Zina, içki, hırsızlık ve benzeri suçlar, gizlenecek ve örtülecek cinsten suçlar değildir. Bunları işleyenlere uygulanan cezalar da açıktan tatbik edilir. Çünkü bunun caydırıcılığı vardır. Cezada aslolan da caydırıcılıktır. Böyle bir cezaya herkesin gözü önünde çarptırılan kimse, utanır, mahcup olur ve bir daha suç işlememeye karar verebilir. Bu cezalandırmaya şahit olanlar da bundan ibret alır, böyle bir duruma düşmek istemezler.
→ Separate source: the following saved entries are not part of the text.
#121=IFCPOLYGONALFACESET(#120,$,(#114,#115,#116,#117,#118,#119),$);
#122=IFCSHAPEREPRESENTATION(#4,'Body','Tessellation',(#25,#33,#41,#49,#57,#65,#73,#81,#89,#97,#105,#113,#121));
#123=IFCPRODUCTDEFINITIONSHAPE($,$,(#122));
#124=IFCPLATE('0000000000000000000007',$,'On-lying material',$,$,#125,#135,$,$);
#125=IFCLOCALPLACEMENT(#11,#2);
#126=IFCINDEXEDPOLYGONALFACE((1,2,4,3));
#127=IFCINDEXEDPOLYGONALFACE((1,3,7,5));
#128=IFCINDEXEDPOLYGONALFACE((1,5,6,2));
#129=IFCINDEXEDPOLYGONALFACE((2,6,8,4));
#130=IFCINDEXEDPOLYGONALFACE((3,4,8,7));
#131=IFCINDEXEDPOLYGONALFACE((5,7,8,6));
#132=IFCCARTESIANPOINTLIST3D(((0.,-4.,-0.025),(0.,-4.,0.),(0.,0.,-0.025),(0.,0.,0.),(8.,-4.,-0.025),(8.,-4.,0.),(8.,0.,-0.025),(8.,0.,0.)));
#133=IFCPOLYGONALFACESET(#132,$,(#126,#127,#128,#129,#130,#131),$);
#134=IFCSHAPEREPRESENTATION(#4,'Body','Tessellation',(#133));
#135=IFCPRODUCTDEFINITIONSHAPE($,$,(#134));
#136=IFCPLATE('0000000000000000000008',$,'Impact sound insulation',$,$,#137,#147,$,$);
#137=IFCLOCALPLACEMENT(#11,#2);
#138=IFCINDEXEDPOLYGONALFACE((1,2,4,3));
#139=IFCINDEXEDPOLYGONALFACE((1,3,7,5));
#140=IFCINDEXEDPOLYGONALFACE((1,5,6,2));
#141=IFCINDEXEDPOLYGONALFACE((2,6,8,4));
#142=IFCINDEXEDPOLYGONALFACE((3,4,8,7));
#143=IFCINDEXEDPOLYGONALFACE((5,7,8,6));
Peygamber Efendimiz, şarap içip kendisine had cezası uygulattığı bir kimseye, sahâbenin beddua etmesine, kötü söz söylemesine karşı çıkmış, izin vermemiştir. İşlediği bir suçtan dolayı cezalandırılan bir kimseyi, ayrıca sözle kınamayı ve ona hakaret edilmesini uygun görmemiştir. Çünkü bu davranış şefkat ve merhamete aykırıdır. İslâm’ın cezalarında bile merhametli bir yaklaşım vardır. Ayrıca bir mü’minin küçümsenmesine ve kınanmasına şeytan sevinir. Çünkü böyle bir hakarete uğrayan insan, topluma kızar, insanlarla alâkasını keser, şeytan da onu kolayca kandırır, kötülüklere sevkeder. Bu sebeplerle, suçluları toplumdan dışlamamak ve onlara merhametle yaklaşmak prensibimiz olmalıdır.
Hadisten Öğrendiklerimiz
- Şarap ve sarhoşluk veren şeyleri içmek haramdır.
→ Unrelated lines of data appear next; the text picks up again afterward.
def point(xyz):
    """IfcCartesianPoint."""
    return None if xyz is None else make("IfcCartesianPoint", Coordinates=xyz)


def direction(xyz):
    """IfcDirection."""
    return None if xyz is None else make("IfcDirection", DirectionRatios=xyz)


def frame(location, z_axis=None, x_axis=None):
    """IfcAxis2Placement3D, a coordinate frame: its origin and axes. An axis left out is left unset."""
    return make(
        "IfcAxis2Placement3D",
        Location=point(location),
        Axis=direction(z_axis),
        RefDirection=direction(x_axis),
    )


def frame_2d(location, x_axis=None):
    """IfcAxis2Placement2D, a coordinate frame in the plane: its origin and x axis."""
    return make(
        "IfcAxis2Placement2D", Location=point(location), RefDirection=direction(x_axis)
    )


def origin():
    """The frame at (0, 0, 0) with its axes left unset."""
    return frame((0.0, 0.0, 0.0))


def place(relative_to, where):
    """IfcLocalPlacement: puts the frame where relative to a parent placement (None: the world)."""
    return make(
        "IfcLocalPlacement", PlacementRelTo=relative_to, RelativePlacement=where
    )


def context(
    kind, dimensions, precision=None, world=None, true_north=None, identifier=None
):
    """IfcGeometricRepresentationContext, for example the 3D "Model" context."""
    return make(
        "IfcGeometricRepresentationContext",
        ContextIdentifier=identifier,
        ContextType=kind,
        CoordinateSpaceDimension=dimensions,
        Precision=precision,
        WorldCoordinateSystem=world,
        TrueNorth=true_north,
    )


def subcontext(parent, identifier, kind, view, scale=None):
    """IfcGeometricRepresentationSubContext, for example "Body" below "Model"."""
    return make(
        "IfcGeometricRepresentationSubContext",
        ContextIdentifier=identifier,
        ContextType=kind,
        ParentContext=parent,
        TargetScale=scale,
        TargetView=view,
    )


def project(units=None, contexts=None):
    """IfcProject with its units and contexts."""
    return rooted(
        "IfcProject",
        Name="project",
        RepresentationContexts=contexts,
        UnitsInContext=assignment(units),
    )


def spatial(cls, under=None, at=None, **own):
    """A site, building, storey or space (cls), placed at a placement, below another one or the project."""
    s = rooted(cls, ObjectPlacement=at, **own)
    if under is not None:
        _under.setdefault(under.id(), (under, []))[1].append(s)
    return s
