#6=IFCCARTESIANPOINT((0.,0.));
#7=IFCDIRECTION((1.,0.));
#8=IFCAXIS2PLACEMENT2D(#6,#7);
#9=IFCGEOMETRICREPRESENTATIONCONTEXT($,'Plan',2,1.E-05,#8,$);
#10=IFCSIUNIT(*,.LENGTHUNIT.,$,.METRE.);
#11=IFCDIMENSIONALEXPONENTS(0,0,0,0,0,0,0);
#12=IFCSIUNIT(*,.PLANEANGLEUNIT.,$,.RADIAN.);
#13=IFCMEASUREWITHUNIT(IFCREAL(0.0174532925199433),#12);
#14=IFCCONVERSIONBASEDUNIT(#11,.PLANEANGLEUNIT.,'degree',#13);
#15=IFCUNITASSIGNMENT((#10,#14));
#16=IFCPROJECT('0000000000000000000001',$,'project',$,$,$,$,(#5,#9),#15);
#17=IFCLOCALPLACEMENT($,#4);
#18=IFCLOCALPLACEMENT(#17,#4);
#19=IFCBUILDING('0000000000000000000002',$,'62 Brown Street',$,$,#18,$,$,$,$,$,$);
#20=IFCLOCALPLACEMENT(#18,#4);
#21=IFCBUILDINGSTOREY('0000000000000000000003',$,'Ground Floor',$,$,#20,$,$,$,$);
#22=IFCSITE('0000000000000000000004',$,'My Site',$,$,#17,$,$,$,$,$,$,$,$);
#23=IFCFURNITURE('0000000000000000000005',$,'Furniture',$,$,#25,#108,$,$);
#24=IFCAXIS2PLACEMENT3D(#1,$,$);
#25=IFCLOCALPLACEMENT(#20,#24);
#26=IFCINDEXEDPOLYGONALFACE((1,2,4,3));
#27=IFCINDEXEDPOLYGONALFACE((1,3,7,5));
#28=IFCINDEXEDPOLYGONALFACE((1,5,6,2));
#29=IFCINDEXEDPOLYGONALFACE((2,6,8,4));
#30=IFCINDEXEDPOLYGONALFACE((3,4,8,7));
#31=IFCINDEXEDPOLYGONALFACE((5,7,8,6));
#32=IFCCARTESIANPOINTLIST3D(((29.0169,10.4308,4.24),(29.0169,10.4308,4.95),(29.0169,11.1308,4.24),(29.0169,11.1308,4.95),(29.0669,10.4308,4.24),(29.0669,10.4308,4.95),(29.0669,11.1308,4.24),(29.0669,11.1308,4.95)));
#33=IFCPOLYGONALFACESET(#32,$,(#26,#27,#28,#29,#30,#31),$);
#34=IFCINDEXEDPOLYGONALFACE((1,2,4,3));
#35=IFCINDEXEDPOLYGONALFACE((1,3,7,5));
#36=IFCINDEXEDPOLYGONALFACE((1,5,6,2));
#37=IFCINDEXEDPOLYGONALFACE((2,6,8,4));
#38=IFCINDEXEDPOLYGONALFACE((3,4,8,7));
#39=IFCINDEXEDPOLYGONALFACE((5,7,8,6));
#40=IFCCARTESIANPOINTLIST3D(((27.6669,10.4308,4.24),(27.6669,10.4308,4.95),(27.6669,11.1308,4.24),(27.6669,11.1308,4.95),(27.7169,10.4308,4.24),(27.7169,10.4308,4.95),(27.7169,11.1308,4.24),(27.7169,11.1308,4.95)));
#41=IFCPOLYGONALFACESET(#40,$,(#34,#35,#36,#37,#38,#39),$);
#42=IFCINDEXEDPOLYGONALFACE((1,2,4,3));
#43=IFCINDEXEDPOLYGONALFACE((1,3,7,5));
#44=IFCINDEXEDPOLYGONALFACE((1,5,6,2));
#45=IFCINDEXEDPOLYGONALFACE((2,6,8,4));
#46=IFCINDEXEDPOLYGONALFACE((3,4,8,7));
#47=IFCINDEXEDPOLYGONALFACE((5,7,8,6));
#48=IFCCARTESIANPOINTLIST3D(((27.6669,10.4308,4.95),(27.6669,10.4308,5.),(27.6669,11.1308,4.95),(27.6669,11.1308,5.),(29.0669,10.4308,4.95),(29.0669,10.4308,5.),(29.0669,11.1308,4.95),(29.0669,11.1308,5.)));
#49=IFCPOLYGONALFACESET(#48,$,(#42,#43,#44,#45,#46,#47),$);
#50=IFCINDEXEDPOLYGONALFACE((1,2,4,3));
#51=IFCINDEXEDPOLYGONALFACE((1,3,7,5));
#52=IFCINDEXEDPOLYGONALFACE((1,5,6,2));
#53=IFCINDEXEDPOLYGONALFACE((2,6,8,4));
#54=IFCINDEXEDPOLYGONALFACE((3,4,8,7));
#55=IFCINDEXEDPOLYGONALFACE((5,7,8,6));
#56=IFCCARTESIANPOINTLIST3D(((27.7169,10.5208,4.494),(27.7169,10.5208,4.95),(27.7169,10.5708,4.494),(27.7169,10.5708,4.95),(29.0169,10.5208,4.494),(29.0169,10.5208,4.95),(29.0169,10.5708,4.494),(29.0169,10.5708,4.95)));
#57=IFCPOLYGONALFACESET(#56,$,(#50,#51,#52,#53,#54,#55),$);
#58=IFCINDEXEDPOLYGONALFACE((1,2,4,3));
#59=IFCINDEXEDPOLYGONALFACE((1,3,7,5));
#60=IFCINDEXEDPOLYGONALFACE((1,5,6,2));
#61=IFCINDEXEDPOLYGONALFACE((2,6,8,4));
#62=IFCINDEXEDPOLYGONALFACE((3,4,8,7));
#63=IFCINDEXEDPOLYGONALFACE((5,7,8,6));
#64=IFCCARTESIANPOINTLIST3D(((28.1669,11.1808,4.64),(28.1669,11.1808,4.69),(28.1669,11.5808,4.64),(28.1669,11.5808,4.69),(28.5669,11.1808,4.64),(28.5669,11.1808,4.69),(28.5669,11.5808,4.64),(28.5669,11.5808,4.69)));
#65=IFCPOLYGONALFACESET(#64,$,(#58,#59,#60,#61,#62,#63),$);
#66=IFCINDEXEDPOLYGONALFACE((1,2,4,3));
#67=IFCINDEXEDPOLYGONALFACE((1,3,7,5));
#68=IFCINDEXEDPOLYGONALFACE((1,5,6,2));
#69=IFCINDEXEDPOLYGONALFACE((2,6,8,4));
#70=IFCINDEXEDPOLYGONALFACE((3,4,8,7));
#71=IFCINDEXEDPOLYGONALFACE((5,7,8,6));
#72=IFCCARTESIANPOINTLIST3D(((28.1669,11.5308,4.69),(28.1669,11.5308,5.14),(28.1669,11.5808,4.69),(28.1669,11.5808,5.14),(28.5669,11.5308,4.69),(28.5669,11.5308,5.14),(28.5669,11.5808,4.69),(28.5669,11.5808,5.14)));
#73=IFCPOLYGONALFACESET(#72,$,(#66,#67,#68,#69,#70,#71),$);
- Şarap içene had cezası uygulanır. Bu cezayı uygulama yetkisi devlete aittir.
- Ceza uygulanan suçluya ayrıca kötü söz söylemek, beddua ve hakaret etmek caiz değildir.
- Peygamber Efendimiz, suçlulara şefkat ve merhamet göstermiş, bizlere de böyle davranmayı emretmiştir.